The architectural decisions appear sound from an LLMOps perspective. Using RAG with few-shot classification rather than fine-tuning is a pragmatic choice that reduces operational complexity while enabling per-customer customization through their own data. The serverless approach through Amazon Bedrock eliminates infrastructure management overhead, which is valuable for a SaaS company focused on accounting rather than ML infrastructure.
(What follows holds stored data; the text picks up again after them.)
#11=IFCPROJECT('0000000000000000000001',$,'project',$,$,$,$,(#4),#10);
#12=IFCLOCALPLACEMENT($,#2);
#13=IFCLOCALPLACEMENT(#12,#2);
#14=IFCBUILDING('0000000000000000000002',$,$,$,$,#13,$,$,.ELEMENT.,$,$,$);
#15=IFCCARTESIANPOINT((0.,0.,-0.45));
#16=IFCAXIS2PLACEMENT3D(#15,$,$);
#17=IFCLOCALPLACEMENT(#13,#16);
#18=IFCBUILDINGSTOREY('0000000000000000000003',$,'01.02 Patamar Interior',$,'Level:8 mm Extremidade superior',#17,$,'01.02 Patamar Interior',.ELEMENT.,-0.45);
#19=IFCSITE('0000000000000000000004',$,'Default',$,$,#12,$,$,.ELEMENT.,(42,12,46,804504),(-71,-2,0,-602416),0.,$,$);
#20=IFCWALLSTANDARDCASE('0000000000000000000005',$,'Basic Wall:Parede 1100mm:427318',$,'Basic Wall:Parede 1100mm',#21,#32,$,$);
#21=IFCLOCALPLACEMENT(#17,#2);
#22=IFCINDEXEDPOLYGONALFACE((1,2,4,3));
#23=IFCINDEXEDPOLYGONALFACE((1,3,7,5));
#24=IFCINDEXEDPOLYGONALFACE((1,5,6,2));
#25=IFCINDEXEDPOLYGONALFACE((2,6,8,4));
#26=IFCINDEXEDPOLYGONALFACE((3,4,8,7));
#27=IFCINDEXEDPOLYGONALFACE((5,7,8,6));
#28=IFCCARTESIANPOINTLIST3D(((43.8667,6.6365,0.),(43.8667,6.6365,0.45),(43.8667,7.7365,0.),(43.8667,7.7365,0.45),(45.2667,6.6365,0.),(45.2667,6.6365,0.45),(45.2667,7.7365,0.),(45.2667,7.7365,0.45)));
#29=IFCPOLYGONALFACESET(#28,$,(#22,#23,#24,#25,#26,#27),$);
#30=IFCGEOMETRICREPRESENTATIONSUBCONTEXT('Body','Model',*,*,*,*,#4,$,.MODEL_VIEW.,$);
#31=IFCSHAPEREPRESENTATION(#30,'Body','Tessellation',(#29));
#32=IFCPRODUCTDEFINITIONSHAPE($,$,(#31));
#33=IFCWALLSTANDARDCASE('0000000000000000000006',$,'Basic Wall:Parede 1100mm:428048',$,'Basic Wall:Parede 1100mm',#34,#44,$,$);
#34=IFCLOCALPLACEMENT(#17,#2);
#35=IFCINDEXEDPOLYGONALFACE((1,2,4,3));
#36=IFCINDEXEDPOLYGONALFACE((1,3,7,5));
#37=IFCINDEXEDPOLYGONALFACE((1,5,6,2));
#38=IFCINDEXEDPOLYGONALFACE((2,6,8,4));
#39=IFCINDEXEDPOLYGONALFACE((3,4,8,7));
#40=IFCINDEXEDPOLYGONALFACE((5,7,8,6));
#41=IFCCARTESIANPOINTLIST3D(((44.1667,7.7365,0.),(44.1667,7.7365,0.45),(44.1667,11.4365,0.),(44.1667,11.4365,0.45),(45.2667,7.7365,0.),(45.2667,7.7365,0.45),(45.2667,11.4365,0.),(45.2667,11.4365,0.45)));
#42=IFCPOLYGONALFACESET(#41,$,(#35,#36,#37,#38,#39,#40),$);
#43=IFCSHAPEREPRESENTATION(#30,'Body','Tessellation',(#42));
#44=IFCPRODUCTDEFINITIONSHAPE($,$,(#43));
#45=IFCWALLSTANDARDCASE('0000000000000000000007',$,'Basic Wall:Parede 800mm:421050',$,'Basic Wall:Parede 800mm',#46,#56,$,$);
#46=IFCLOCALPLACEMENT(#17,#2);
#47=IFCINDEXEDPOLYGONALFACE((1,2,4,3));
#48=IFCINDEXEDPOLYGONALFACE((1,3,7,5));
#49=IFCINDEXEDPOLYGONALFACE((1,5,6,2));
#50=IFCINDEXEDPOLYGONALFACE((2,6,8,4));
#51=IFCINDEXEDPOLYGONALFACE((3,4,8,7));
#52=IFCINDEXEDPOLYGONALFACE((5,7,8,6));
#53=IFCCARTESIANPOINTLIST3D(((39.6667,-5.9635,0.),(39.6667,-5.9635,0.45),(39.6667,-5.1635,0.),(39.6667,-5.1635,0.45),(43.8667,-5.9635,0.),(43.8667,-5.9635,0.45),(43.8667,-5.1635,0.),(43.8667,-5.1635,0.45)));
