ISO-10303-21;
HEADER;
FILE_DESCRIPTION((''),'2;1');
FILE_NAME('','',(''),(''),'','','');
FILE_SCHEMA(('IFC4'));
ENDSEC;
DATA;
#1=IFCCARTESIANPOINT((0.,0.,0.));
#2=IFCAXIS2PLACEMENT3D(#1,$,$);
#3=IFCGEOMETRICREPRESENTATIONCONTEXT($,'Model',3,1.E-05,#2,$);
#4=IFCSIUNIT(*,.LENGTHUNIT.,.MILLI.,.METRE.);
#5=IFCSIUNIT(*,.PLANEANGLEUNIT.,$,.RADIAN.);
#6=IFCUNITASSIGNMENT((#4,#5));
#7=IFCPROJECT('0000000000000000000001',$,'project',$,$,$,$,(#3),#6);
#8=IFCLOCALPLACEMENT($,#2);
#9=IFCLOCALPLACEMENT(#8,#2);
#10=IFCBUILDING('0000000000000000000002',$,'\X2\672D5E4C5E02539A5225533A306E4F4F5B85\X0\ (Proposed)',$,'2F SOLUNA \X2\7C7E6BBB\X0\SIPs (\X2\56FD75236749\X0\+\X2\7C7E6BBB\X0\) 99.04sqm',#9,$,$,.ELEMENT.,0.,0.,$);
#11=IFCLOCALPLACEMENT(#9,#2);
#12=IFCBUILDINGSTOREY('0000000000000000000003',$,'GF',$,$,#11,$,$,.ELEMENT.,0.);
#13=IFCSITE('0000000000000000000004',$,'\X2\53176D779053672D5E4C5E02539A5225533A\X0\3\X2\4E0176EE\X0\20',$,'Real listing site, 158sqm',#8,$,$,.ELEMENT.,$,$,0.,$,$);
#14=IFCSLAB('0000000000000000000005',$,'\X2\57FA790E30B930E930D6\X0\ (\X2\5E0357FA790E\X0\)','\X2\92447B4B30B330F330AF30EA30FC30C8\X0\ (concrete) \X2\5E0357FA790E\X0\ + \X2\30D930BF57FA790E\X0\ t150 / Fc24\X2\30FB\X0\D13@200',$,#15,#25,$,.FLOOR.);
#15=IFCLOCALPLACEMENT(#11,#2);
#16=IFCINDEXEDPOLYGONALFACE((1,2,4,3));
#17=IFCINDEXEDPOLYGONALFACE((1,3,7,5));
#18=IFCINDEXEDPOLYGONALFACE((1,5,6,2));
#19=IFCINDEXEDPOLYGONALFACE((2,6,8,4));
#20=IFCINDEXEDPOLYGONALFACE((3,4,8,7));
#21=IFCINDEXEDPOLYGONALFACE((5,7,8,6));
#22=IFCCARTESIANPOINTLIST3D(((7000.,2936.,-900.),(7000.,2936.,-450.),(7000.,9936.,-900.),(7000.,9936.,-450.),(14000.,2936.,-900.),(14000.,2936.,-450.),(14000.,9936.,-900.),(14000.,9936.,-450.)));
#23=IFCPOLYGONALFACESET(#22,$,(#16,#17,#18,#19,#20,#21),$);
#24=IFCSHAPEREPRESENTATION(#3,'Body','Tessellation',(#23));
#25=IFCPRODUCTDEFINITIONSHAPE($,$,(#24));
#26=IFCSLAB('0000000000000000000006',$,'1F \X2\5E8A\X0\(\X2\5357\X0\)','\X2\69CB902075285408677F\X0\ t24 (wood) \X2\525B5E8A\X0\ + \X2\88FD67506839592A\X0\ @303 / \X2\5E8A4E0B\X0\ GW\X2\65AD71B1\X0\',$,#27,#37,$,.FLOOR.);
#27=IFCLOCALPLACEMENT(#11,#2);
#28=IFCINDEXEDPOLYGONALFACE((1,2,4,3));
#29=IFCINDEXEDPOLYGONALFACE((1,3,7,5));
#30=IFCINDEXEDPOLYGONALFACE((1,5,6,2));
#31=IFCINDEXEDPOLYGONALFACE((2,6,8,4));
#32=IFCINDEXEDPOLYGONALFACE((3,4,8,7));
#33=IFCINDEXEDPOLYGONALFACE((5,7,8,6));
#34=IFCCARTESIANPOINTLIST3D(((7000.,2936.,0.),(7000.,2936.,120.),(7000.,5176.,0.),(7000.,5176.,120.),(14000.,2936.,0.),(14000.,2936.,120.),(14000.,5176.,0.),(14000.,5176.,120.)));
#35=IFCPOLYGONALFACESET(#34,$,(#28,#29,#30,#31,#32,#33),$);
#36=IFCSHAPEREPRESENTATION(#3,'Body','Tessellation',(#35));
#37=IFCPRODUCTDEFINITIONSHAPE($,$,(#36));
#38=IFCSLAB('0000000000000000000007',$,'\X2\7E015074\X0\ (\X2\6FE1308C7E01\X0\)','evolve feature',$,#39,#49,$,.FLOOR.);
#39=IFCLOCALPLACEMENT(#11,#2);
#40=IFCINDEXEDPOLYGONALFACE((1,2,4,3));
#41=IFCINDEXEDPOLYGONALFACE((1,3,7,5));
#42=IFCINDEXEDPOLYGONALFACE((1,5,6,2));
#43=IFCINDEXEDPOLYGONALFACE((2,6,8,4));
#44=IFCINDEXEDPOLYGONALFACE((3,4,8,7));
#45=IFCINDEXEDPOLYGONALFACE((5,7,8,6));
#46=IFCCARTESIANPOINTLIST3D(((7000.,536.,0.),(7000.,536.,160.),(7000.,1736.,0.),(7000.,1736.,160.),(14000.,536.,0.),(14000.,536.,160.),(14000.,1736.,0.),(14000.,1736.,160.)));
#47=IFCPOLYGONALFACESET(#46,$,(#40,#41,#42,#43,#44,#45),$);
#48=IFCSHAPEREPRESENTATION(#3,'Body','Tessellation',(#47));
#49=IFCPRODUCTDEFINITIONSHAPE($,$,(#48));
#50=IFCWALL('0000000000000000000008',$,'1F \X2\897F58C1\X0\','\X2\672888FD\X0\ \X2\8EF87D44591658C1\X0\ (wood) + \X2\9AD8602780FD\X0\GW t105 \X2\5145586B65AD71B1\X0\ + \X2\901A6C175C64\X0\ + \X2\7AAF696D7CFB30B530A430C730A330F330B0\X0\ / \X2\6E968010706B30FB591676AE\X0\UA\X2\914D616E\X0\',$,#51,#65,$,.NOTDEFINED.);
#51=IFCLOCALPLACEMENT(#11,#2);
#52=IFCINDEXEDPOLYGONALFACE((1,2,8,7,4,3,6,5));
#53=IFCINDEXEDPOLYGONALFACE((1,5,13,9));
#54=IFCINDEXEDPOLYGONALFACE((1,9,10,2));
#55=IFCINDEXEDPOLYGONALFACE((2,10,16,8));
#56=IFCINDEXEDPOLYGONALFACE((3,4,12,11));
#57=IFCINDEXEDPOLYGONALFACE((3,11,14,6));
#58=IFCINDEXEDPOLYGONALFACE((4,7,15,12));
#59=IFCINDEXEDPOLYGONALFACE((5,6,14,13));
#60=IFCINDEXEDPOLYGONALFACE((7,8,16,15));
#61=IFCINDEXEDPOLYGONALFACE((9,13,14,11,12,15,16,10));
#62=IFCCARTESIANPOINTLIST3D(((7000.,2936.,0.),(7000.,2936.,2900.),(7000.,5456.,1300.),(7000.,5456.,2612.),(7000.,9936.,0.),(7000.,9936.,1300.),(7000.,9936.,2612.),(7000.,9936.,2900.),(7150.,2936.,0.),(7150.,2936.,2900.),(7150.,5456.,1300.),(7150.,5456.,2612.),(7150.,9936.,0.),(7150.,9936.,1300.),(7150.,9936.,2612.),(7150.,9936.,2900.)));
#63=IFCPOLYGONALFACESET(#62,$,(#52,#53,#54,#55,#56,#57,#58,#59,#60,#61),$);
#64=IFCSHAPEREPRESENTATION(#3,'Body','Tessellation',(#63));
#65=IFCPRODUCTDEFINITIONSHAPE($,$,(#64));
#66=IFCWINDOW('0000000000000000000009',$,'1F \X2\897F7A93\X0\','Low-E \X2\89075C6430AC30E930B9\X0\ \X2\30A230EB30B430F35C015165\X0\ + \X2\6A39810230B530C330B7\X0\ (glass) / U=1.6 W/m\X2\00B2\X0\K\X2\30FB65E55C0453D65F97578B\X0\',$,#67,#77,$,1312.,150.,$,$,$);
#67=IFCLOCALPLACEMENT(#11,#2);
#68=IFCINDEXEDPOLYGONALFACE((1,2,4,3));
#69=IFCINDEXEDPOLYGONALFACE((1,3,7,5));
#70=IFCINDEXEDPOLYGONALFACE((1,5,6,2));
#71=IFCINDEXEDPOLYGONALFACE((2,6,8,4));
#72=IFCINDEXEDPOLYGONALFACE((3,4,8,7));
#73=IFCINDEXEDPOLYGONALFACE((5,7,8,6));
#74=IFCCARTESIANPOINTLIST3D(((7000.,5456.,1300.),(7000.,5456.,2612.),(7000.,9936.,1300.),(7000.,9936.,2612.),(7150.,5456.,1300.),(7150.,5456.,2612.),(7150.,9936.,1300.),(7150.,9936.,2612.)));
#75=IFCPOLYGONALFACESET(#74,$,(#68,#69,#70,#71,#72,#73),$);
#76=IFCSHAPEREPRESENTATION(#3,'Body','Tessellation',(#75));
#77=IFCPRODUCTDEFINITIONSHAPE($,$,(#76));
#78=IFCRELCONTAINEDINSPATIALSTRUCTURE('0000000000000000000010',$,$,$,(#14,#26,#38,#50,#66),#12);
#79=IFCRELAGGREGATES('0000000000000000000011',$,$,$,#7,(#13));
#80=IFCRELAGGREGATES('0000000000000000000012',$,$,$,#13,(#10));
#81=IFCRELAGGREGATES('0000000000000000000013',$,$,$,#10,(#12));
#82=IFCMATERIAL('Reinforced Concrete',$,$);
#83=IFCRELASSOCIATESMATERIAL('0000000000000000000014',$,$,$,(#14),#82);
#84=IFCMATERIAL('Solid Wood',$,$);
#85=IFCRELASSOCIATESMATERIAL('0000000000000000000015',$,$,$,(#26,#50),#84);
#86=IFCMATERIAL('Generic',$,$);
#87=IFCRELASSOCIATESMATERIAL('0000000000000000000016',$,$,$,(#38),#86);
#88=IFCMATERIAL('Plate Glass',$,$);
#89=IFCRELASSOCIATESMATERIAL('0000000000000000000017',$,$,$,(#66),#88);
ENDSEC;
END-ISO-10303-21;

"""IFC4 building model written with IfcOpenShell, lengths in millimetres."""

from ifc_helpers import new_model, si_unit, frame, frame_2d, origin, place, context, project, spatial, rectangle, extrude, material, element, fill, save


model = new_model("IFC4")

# Units and contexts
model_context = context("Model", 3, precision=1e-05, world=origin())
ifc_project = project(units=[si_unit("LENGTHUNIT", "METRE", prefix="MILLI"), si_unit("PLANEANGLEUNIT", "RADIAN")], contexts=[model_context])

# Site, building, storey
site_placement = place(None, origin())
site = spatial("IfcSite", under=ifc_project, at=site_placement, Name="北海道札幌市厚別区3丁目20", ObjectType="Real listing site, 158sqm", CompositionType="ELEMENT", RefElevation=0.0)
building_placement = place(site_placement, origin())
building = spatial("IfcBuilding", under=site, at=building_placement, Name="札幌市厚別区の住宅 (Proposed)", ObjectType="2F SOLUNA 籾殻SIPs (国産杉+籾殻) 99.04sqm", CompositionType="ELEMENT", ElevationOfRefHeight=0.0, ElevationOfTerrain=0.0)
storey_placement = place(building_placement, origin())
storey = spatial("IfcBuildingStorey", under=building, at=storey_placement, Name="GF", CompositionType="ELEMENT", Elevation=0.0)

# Slabs
ifc_material_1 = material(Name="Reinforced Concrete")
slab_1_placement = place(storey_placement, frame((3500.0, 1468.0, -450.0)))
element("IfcSlab", 1, at=slab_1_placement, inside=storey, material=ifc_material_1, Name="基礎スラブ (布基礎)", Description="鉄筋コンクリート (concrete) 布基礎 + ベタ基礎 t150 / Fc24・D13@200", PredefinedType="FLOOR", context=model_context, shape_type="SweptSolid", body=[
    extrude(rectangle(XDim=7000.0, YDim=7000.0, at=frame_2d((3500.0, 3500.0))), frame((3500.0, 1468.0, -450.0)), (0.0, 0.0, 1.0), 450.0),
])
ifc_material_2 = material(Name="Solid Wood")
slab_2_placement = place(storey_placement, frame((3500.0, 1468.0, 0.0)))
element("IfcSlab", 2, at=slab_2_placement, inside=storey, material=ifc_material_2, Name="1F 床(南)", Description="構造用合板 t24 (wood) 剛床 + 製材根太 @303 / 床下 GW断熱", PredefinedType="FLOOR", context=model_context, shape_type="SweptSolid", body=[
    extrude(rectangle(XDim=7000.0, YDim=2240.0, at=frame_2d((3500.0, 1120.0))), frame((3500.0, 1468.0, 0.0)), (0.0, 0.0, 1.0), 120.0),
])
ifc_material_3 = material(Name="Generic")
slab_3_placement = place(storey_placement, frame((3500.0, 268.0, 0.0)))
element("IfcSlab", 3, at=slab_3_placement, inside=storey, material=ifc_material_3, Name="縁側 (濡れ縁)", Description="evolve feature", PredefinedType="FLOOR", context=model_context, shape_type="SweptSolid", body=[
    extrude(rectangle(XDim=7000.0, YDim=1200.0, at=frame_2d((3500.0, 600.0))), frame((3500.0, 268.0, 0.0)), (0.0, 0.0, 1.0), 160.0),
])

# Shared definitions
ifc_material_4 = material(Name="Plate Glass")

# Wall, opening, window
wall_1_placement = place(storey_placement, frame((3500.0, 1468.0, 0.0)))
wall_1 = element("IfcWall", 4, at=wall_1_placement, inside=storey, material=ifc_material_2, Name="1F 西壁", Description="木製 軸組外壁 (wood) + 高性能GW t105 充填断熱 + 通気層 + 窯業系サイディング / 準耐火・外皮UA配慮", PredefinedType="NOTDEFINED", context=model_context, shape_type="SweptSolid", body=[
    extrude(rectangle(XDim=150.0, YDim=7000.0, at=frame_2d((75.0, 3500.0))), frame((3500.0, 1468.0, 0.0)), (0.0, 0.0, 1.0), 2900.0),
])
opening_1_placement = place(storey_placement, frame((3500.0, 2728.0, 650.0)))
opening_1 = element("IfcOpeningElement", 5, at=opening_1_placement, cuts=wall_1, PredefinedType="NOTDEFINED", context=model_context, shape_type="SweptSolid", body=[
    extrude(rectangle(XDim=150.0, YDim=4480.0, at=frame_2d((75.0, 2240.0))), frame((3500.0, 2728.0, 650.0)), (0.0, 0.0, 1.0), 1312.0),
])
window_1_placement = place(storey_placement, frame((3500.0, 2728.0, 650.0)))
window_1 = element("IfcWindow", 6, at=window_1_placement, inside=storey, material=ifc_material_4, Name="1F 西窓", Description="Low-E 複層ガラス アルゴン封入 + 樹脂サッシ (glass) / U=1.6 W/m²K・日射取得型", OverallHeight=1312.0, OverallWidth=150.0, context=model_context, shape_type="SweptSolid", body=[
    extrude(rectangle(XDim=150.0, YDim=4480.0, at=frame_2d((75.0, 2240.0))), frame((3500.0, 2728.0, 650.0)), (0.0, 0.0, 1.0), 1312.0),
])
fill(opening_1, window_1)

save(model, "model.ifc")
The multi-step orchestration through Amazon Bedrock Agents addresses a real challenge in production LLM systems—coordinating complex workflows that require multiple LLM calls and integrations with external systems. The emphasis on secure code execution environments and proper guardrails demonstrates awareness of production safety requirements.
However, the case study lacks detail on several LLMOps concerns: monitoring and observability strategies, cost management at scale, latency characteristics, fallback mechanisms for model failures, testing and evaluation methodologies, and how they handle model version updates or potential model behavior changes over time. These would be valuable additions for a complete picture of their production LLM operations.